La historia no parece escrita en el 70. O en todo caso, no parece del año 70 del siglo XX. Su duende es decimonónico. Al igual que Señorita Cristina podría haber sido uno de los cuentos del desafío que se hicieron los esposos Mary y Percy Shelley, Lord Byron y John Polidori , en aquella noche de mayo de 1816 que dio origen a la arquetípica Frankenstein. Sólo habría que haberle aderezado la sensualidad con la que Eliade acompaña al horror, como ya había ensayado en La serpiente. Ocurre que el rumano no comulgaba con la literatura de sus contemporáneos, tenía un vínculo de rechazo y atracción con James Joyce (de quien pensaba que escribía “difícil” sólo para hechizar a los críticos) y añoraba a Goethe y Balzac. Sólo veía un poco de esperanza en la ciencia ficción. Le gustaba leer a Arthur C. Clark y buscar en esos mundos imaginados de androides y replicantes el barro original de los mitos antiguos. Ese anacronismo de Eliade al escribir una novela fantástica con un spleen romántico, se entiende mejor si se asume que en realidad escribía de manera desfasada, recuperando el tiempo “perdido” desde la Segunda Guerra Mundial, cuando se dedicó por completo a la historia de las religiones, y sobre todo desde su llegada a Estados Unidos, cuando la vida académica le llenó de tediosas obligaciones administrativas.

Casi siempre vio su tarea científica como algo que le desviaba de su camino principal. En 1946, en París, mientras trata de sobrevivir en una pieza sin calefacción y empeñando sus pocas pertenencias en el Monte de Piedad, anota en su diario que lleva tres años experimentando un “alejamiento real, físico, de la literatura”. Lo amarga la perspectiva de verse al final de la vida “viejo, con una estantería de libros sabios a mi lado: mi obra. ¿Es ése verdaderamente mi destino?”. En Montevideo se encuentran –con dificultad- algunas de sus novelas. La más fácil de hallar es Medianoche en Serampor, de Compactos Anagrama. Aunque aparezca ocasionalmente entre los libros de segunda mano y el título resulte sugerente, La noche bengalí no debería de ser el primer contacto con el autor, ya que éste siempre la consideró una obra de juventud escasamente lograda. Tal vez el mejor Eliade como narrador se encuentre en La noche de San Juan, su obsesivo proyecto de la segunda posguerra. Ahí ya está presente el tema del doble como metáfora de “la superación de los límites ordinarios”, como le cuenta a Claude Henrirocquet en el libro-entrevista La prueba del laberinto. El doble para amar a dos mujeres a la vez a partir de esa noche “en la que se entreabre el cielo y puede verse el más allá”; o el doble para amar doblemente a la misma mujer que es, a su vez, dos mujeres, como le ocurre a Dominic Matei. Que el proceso de duplicación ocurra porque un septuagenario profesor rumano fue rejuvenecido por un rayo, es apenas un medio para lograr otro medio. El fin no es otro que el que ha atravesado toda su obra, “eso” que acepta definir mediante una paráfrasis de San Agustín: “si me pregunto lo que es el ser, no lo sé; pero si no me lo pregunto, lo sé”.

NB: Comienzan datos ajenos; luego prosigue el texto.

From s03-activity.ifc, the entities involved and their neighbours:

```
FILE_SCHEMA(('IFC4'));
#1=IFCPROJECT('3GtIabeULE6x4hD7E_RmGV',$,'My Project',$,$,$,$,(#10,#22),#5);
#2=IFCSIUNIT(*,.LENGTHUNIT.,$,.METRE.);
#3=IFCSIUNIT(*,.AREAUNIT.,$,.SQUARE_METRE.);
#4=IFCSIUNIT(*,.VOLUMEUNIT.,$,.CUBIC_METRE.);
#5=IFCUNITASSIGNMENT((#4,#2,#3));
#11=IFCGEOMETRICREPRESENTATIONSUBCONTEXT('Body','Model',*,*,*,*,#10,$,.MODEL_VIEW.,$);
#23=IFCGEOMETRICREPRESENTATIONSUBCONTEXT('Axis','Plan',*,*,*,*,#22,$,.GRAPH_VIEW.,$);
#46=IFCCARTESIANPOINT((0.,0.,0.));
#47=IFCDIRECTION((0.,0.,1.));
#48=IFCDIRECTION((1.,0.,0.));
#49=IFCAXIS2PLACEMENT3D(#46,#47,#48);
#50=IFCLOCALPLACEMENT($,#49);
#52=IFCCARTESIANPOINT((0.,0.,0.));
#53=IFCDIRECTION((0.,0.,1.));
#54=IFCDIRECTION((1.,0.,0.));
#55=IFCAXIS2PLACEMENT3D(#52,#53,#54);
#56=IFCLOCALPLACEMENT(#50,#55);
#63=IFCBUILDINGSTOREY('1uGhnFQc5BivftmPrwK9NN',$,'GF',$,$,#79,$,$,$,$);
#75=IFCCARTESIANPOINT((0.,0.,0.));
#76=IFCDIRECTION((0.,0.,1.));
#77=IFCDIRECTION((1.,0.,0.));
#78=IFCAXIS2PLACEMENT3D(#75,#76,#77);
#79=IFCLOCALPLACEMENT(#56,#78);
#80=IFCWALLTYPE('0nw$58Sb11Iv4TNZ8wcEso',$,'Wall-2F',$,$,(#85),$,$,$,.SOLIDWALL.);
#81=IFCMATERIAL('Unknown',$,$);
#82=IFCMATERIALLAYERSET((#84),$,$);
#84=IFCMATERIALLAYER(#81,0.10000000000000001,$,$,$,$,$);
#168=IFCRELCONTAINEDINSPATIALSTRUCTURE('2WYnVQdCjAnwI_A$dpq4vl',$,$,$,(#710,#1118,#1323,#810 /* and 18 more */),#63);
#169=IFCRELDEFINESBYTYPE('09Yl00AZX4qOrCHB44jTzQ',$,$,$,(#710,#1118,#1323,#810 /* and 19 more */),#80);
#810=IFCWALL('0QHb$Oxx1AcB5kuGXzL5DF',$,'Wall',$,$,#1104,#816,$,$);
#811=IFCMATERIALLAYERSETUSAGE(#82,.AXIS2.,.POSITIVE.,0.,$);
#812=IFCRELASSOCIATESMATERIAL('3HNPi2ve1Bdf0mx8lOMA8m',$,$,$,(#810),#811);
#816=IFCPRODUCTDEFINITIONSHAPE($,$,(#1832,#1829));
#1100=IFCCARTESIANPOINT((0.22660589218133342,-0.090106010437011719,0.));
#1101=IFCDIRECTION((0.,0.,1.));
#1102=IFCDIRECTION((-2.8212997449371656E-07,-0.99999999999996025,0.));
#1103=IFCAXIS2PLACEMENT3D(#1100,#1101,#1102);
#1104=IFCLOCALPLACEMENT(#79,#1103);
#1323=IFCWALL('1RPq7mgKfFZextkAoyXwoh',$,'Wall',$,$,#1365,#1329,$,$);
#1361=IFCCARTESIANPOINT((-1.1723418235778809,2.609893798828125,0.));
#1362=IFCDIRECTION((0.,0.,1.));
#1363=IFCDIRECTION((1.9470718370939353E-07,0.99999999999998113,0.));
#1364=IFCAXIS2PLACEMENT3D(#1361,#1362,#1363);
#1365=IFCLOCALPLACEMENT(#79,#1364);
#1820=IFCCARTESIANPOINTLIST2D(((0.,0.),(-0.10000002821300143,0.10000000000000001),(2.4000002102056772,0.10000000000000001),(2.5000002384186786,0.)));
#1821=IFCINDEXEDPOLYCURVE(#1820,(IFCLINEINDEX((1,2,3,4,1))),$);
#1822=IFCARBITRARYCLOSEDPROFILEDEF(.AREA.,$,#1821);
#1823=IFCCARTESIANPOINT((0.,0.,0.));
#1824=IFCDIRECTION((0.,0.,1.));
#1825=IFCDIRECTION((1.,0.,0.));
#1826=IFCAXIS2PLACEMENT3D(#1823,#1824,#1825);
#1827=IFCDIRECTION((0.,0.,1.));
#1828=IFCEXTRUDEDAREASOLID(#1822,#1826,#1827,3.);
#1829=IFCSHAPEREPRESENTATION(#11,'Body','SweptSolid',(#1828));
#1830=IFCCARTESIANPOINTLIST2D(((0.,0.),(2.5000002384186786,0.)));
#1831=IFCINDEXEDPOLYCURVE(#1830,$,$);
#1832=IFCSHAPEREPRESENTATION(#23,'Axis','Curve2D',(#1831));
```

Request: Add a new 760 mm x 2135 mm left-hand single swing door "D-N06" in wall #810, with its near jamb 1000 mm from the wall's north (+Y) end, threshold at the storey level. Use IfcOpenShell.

```python
import numpy as np
import ifcopenshell
import ifcopenshell.api.feature
import ifcopenshell.api.geometry
import ifcopenshell.api.root
import ifcopenshell.api.spatial
import ifcopenshell.geom
import ifcopenshell.util.element
import ifcopenshell.util.placement
import ifcopenshell.util.representation
import ifcopenshell.util.shape
import ifcopenshell.util.unit

model = ifcopenshell.open("s03-activity.ifc")
unit_scale = ifcopenshell.util.unit.calculate_unit_scale(model)
settings = ifcopenshell.geom.settings()


def volume(element):
    """Net volume in cubic metres, openings subtracted."""
    shape = ifcopenshell.geom.create_shape(settings, element)
    return ifcopenshell.util.shape.get_volume(shape.geometry)


wall = model.by_guid("0QHb$Oxx1AcB5kuGXzL5DF")
storey = ifcopenshell.util.element.get_container(wall, ifc_class="IfcBuildingStorey")
context = ifcopenshell.util.representation.get_context(model, "Model", "Body", "MODEL_VIEW")
before = volume(wall)

width, height, from_end, sill = 0.76, 2.135, 1, 0.0  # metres

# The wall runs along its own X axis, and the end named is its -X end.
wall_shape = ifcopenshell.geom.create_shape(settings, wall)
x, y, z = ifcopenshell.util.shape.get_vertices(wall_shape.geometry).T
start = x.min() + from_end
face, thickness = float(y.min()), float(y.max() - y.min())
wall_matrix = ifcopenshell.util.placement.get_local_placement(wall.ObjectPlacement)
level = ifcopenshell.util.placement.get_local_placement(storey.ObjectPlacement)[2, 3]


def in_wall(x, y):
    """Placement at x, y metres in the wall's axes, at sill height."""
    matrix = wall_matrix.copy()
    matrix[:, 3] = wall_matrix @ np.array([x / unit_scale, y / unit_scale, 0.0, 1.0])
    matrix[2, 3] = level + sill / unit_scale
    return matrix


# Opening: a box that overshoots both wall faces by 50 mm.
opening = ifcopenshell.api.root.create_entity(model, ifc_class="IfcOpeningElement", predefined_type="OPENING")
box = ifcopenshell.api.geometry.add_wall_representation(
    model, context=context, length=width, height=height, thickness=thickness + 0.1
)
ifcopenshell.api.geometry.assign_representation(model, product=opening, representation=box)
ifcopenshell.api.geometry.edit_object_placement(model, product=opening, matrix=in_wall(start, face - 0.05), is_si=False)
ifcopenshell.api.feature.add_feature(model, feature=opening, element=wall)

door = ifcopenshell.api.root.create_entity(model, ifc_class="IfcDoor", name="D-N06", predefined_type="DOOR")
door.OverallWidth, door.OverallHeight = width / unit_scale, height / unit_scale
door.OperationType = "SINGLE_SWING_LEFT"
body = ifcopenshell.api.geometry.add_door_representation(
    model,
    context=context,
    overall_width=door.OverallWidth,
    overall_height=door.OverallHeight,
    operation_type="SINGLE_SWING_LEFT",
    lining_properties={"LiningDepth": thickness / unit_scale, "ThresholdDepth": thickness / unit_scale},
)
ifcopenshell.api.geometry.assign_representation(model, product=door, representation=body)
ifcopenshell.api.spatial.assign_container(model, products=[door], relating_structure=storey)
ifcopenshell.api.feature.add_filling(model, opening=opening, element=door)

# The lining spans the wall, so the door starts at the wall face.
ifcopenshell.api.geometry.edit_object_placement(model, product=door, matrix=in_wall(start, face), is_si=False)

after = volume(wall)

print(f"wall volume {before:.3f} -> {after:.3f} m3")

model.write("s03-activity_edited.ifc")
```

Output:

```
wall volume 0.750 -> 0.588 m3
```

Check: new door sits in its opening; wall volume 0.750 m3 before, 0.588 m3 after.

Aunque le dedica varias horas diarias a La noche de San Juan, en 1951 todavía se queja de haberse “entretenido demasiado con la ciencia”. Una década más tarde se resignaría a aceptar que la ciencia que practica tiene un lejano eco literario y que, en el fondo, lo que hace al estudiar los mitos, el chamanismo y la historia de las religiones, es perseguir la fuente original de la inspiración literaria. Está llegando a los sesenta años y todavía faltan diez para que publique la nouvelle que dará origen a la película de Coppola. Es el momento de su encuentro con Borges, con el que inevitablemente habla del Mito del eterno retorno, el breve y célebre ensayo de Eliade. Describe a Borges con economía telegráfica: “casi ciego, el rostro surcado por las arrugas, móvil, innumerables tics”. Luego de una conversación en privado lo escucha disertar en público “sin ninguna pausa, sin buscar ninguna palabra, sin una sola duda, manteniéndose muy cerca del micrófono”.

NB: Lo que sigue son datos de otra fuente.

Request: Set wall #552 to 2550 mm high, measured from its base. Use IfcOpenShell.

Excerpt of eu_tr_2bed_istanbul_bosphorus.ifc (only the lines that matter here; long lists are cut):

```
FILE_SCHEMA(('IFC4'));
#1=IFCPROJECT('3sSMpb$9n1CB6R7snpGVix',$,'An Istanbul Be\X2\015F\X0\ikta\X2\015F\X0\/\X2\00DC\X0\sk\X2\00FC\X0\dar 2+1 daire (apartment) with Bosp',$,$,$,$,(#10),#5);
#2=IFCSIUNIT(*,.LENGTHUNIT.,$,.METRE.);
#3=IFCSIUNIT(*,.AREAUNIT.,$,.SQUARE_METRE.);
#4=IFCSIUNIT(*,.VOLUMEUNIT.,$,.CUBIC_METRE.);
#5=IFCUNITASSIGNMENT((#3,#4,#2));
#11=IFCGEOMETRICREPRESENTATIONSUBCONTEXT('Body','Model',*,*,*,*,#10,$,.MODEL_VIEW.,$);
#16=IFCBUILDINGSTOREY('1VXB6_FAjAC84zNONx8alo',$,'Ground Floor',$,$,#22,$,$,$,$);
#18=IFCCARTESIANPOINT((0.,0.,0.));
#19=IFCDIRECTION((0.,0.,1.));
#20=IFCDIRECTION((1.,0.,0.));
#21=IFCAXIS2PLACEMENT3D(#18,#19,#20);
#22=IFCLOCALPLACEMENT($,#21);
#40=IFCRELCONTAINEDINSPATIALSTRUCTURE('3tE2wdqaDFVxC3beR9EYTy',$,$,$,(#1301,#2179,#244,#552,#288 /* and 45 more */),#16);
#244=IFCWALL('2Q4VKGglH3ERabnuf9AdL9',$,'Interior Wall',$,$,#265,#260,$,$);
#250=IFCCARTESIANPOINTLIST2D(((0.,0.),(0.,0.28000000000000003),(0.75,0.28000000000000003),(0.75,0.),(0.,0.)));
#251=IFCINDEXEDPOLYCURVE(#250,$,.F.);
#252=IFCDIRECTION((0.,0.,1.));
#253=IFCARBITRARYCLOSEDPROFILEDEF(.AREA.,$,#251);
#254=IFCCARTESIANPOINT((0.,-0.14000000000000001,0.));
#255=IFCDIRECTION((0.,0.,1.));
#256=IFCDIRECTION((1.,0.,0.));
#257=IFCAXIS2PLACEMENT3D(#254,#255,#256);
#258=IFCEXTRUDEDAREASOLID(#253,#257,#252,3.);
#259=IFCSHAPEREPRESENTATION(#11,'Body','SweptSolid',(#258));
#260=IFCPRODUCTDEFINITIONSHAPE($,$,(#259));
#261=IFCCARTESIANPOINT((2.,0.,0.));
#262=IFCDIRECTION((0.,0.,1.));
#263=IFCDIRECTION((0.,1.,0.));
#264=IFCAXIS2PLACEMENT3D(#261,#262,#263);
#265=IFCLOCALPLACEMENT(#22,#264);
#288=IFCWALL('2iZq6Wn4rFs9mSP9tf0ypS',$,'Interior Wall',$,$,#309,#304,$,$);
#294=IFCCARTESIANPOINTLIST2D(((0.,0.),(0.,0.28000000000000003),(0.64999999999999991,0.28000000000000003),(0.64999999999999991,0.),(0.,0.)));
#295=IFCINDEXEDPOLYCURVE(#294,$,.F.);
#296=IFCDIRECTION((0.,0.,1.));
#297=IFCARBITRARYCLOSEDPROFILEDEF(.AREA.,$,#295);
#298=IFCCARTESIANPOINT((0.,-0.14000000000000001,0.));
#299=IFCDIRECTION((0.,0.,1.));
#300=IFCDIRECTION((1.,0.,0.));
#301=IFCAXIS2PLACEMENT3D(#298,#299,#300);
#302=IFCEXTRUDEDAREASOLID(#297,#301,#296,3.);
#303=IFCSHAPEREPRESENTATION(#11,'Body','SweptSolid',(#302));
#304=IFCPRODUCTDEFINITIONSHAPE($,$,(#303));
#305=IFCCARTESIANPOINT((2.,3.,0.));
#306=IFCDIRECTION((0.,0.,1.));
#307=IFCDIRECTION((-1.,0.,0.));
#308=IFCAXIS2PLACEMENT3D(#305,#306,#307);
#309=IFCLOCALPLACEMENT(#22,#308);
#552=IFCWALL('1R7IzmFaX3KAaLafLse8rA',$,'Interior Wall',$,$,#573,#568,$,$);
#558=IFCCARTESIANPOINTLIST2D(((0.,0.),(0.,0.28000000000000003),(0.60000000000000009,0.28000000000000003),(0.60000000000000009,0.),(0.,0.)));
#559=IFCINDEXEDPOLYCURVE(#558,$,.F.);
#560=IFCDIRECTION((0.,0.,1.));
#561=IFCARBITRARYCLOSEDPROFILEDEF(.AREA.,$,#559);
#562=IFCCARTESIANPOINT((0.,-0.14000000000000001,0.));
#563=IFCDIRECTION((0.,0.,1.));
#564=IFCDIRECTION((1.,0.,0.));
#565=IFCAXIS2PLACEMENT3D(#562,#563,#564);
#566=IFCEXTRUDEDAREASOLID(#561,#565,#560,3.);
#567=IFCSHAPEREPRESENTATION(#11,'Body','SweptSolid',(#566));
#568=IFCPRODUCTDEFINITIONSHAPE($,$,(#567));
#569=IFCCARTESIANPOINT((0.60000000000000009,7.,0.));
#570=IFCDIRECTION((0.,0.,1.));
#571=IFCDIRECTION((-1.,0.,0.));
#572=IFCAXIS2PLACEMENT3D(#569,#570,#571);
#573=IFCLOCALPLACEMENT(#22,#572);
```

```python
import ifcopenshell
import ifcopenshell.geom
import ifcopenshell.util.representation
import ifcopenshell.util.shape
import ifcopenshell.util.unit

model = ifcopenshell.open("eu_tr_2bed_istanbul_bosphorus.ifc")
unit_scale = ifcopenshell.util.unit.calculate_unit_scale(model)
settings = ifcopenshell.geom.settings()


def volume(element):
    """Net volume in cubic metres, openings subtracted."""
    shape = ifcopenshell.geom.create_shape(settings, element)
    return ifcopenshell.util.shape.get_volume(shape.geometry)


wall = model.by_guid("1R7IzmFaX3KAaLafLse8rA")
before = volume(wall)

body = ifcopenshell.util.representation.get_representation(wall, "Model", "Body")
solid = body.Items[0]
old_height = solid.Depth
solid.Depth = 2.55 / unit_scale
after = volume(wall)

print(f"height {old_height:g} -> {solid.Depth:g}, volume {before:.3f} -> {after:.3f} m3")

model.write("eu_tr_2bed_istanbul_bosphorus_rev.ifc")
```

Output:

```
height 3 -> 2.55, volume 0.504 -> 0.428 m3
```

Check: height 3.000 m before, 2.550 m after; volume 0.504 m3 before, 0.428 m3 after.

¿Dos almas gemelas? Sería más prudente decir cercanas. Pese a lo borgiano del personaje que encarna Tim Roth en Juventud sin juventud (el propio Coppola ha reconocido esa influencia), no debe pensarse en Eliade como un espejo del autor de El Aleph. El joven que descubrió a Lautreamont antes que a Rimbaud, que sobrevivió al influjo de sus compatriotas Emile Cioran y Tristán Tzara, es el mismo veterano profesor de campus estadounidense que en plena efervescencia del año 68 no oculta su simpatía por sus estudiantes hippies, a quienes considera “parte del proceso (inconsciente) del redescubrimiento de la sacralidad de la vida”. Algo impensable en el cascarrabias de Palermo.

(Artículo de Roberto López Belloso publicado en el semanario Brecha el 6 de agosto de 2010)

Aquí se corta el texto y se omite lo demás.